# Yamaha F70 Prop Selection



## Todd Thibodeaux (Mar 31, 2020)

john1234 said:


> Does anyone have a recommendation for a stainless prop for a Yamaha 70 four stroke on a Beavertail Mosquito? I am breaking the motor in with a Solas 13 1/2 x15 aluminum. Hoping to get a prop with good hole shot and top end speed at 6200 rpm. Thinking a Power Tech. Thanks John


I have a power tech four blade off a f70 hpxt in new condition I will part with. I don’t have the numbers on it but can get them if your interested.


----------



## coconutgroves (Sep 23, 2013)

john1234 said:


> Does anyone have a recommendation for a stainless prop for a Yamaha 70 four stroke on a Beavertail Mosquito? I am breaking the motor in with a Solas 13 1/2 x15 aluminum. Hoping to get a prop with good hole shot and top end speed at 6200 rpm. Thinking a Power Tech. Thanks John


Have you called Powertech and also Beavertail and see what they recommend?


----------



## john1234 (Jun 8, 2014)

I have not. Going to call Powertech Monday and see what they have to say. Lot's of excellent intel on this site and am hoping someone might have first hand on the water experience.


----------



## Bruce J (Mar 4, 2018)

I ran a Powertech SWW3R in 14 pitch on my Maverick HPX-T with a F70. It was a very good fit. I changed out to a Jack Foreman, but the PT did very well, particularly at high elevation.


----------



## sydngoose (Oct 1, 2017)

Before you pull the trigger, call Ken at Prop Gods, discuss your situation with him. I did, and he set me up PERFECTLY for my Willy Roberts: He custom ported / vented a prop for me: AMAZING results. 
Ken Reeves: 
(941) 735-5808


----------



## ElLobo (Sep 14, 2020)

Powertech SCD3 16p is what I'm running on my Waterman w/ F70


----------



## 35spline (Mar 21, 2020)

ElLobo said:


> Powertech SCD3 16p is what I'm running on my Waterman w/ F70


What is your top speed and rpm with that combo?


----------



## ElLobo (Sep 14, 2020)

38-40mph at 6200rpm


----------



## ElLobo (Sep 14, 2020)

35spline said:


> What is your top speed and rpm with that combo?


38-40mph at 6200rpm


----------



## Icroc (Feb 23, 2013)

I have a Gordon Waterman 18 with a Yamaha F 70. I am running a Powertech RED 3, 15 pitch. 
I am getting right at 6,000 rpm’s at around 35 mph.
I just ordered a Michigan Wheel Ballistic 13.3 X 17 pitch. I will post on performance.


----------



## rlarriviere (Oct 5, 2020)

Icroc said:


> I have a Gordon Waterman 18 with a Yamaha F 70. I am running a Powertech RED 3, 15 pitch.
> I am getting right at 6,000 rpm’s at around 35 mph.
> I just ordered a Michigan Wheel Ballistic 13.3 X 17 pitch. I will post on performance.

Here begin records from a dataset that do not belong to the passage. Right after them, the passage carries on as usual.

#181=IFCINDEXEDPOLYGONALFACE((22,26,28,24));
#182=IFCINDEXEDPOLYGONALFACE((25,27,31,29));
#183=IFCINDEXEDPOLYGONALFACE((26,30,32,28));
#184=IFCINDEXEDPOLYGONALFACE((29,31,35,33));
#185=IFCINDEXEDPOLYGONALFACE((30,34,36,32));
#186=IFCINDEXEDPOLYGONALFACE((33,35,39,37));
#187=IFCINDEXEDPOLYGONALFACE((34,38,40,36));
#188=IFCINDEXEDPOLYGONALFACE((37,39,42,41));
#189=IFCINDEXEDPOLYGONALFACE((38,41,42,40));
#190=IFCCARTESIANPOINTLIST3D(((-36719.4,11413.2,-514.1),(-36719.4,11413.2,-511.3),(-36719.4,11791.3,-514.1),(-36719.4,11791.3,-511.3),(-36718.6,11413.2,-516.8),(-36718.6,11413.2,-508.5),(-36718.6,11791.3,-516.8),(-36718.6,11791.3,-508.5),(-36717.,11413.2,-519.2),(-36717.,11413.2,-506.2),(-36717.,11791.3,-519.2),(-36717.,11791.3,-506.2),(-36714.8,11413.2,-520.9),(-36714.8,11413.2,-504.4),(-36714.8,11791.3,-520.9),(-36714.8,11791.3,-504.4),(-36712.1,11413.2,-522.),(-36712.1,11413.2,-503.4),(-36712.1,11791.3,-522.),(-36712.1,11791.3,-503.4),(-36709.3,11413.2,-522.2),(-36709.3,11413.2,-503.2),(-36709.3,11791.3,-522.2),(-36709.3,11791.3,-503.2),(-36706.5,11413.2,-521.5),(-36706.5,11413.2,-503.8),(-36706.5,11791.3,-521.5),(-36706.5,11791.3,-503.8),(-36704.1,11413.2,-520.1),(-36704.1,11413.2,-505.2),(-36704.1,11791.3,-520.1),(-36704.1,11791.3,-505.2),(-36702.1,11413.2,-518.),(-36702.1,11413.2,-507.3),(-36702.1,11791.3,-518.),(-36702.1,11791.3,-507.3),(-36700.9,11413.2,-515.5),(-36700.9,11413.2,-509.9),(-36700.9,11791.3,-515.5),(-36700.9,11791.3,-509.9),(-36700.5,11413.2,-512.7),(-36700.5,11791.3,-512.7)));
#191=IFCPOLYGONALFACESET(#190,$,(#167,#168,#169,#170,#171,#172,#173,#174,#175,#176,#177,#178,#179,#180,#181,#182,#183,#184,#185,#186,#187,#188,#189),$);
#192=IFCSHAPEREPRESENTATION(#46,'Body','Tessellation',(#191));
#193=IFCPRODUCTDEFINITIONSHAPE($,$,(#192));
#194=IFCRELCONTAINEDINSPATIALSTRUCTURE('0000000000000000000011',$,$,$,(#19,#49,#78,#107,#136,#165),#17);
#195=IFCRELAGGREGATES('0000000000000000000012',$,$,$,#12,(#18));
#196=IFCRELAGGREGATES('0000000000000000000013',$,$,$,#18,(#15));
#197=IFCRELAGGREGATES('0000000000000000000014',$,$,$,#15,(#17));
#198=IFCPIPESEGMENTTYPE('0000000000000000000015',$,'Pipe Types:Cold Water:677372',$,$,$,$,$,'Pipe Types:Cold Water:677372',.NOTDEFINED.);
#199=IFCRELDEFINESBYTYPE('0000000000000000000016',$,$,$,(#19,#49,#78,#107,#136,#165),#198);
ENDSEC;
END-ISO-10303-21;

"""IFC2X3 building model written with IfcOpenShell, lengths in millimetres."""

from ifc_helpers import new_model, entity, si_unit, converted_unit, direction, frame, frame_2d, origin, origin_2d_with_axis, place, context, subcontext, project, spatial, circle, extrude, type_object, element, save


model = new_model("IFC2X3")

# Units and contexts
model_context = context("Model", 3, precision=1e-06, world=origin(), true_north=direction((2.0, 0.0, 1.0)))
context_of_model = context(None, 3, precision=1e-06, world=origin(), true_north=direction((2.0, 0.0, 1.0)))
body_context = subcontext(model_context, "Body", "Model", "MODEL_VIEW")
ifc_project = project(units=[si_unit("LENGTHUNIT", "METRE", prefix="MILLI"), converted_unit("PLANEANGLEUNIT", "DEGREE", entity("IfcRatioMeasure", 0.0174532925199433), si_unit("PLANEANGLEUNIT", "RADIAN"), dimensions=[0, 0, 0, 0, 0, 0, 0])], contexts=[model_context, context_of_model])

Would love to hear how the new prop performs. I am repowering a 2008 Gordon Waterman with a Yamaha F70 this weekend and need prop recommendations.


----------



## ElLobo (Sep 14, 2020)

rlarriviere said:


> Would love to hear how the new prop performs. I am repowering a 2008 Gordon Waterman with a Yamaha F70 this weekend and need prop recommendations.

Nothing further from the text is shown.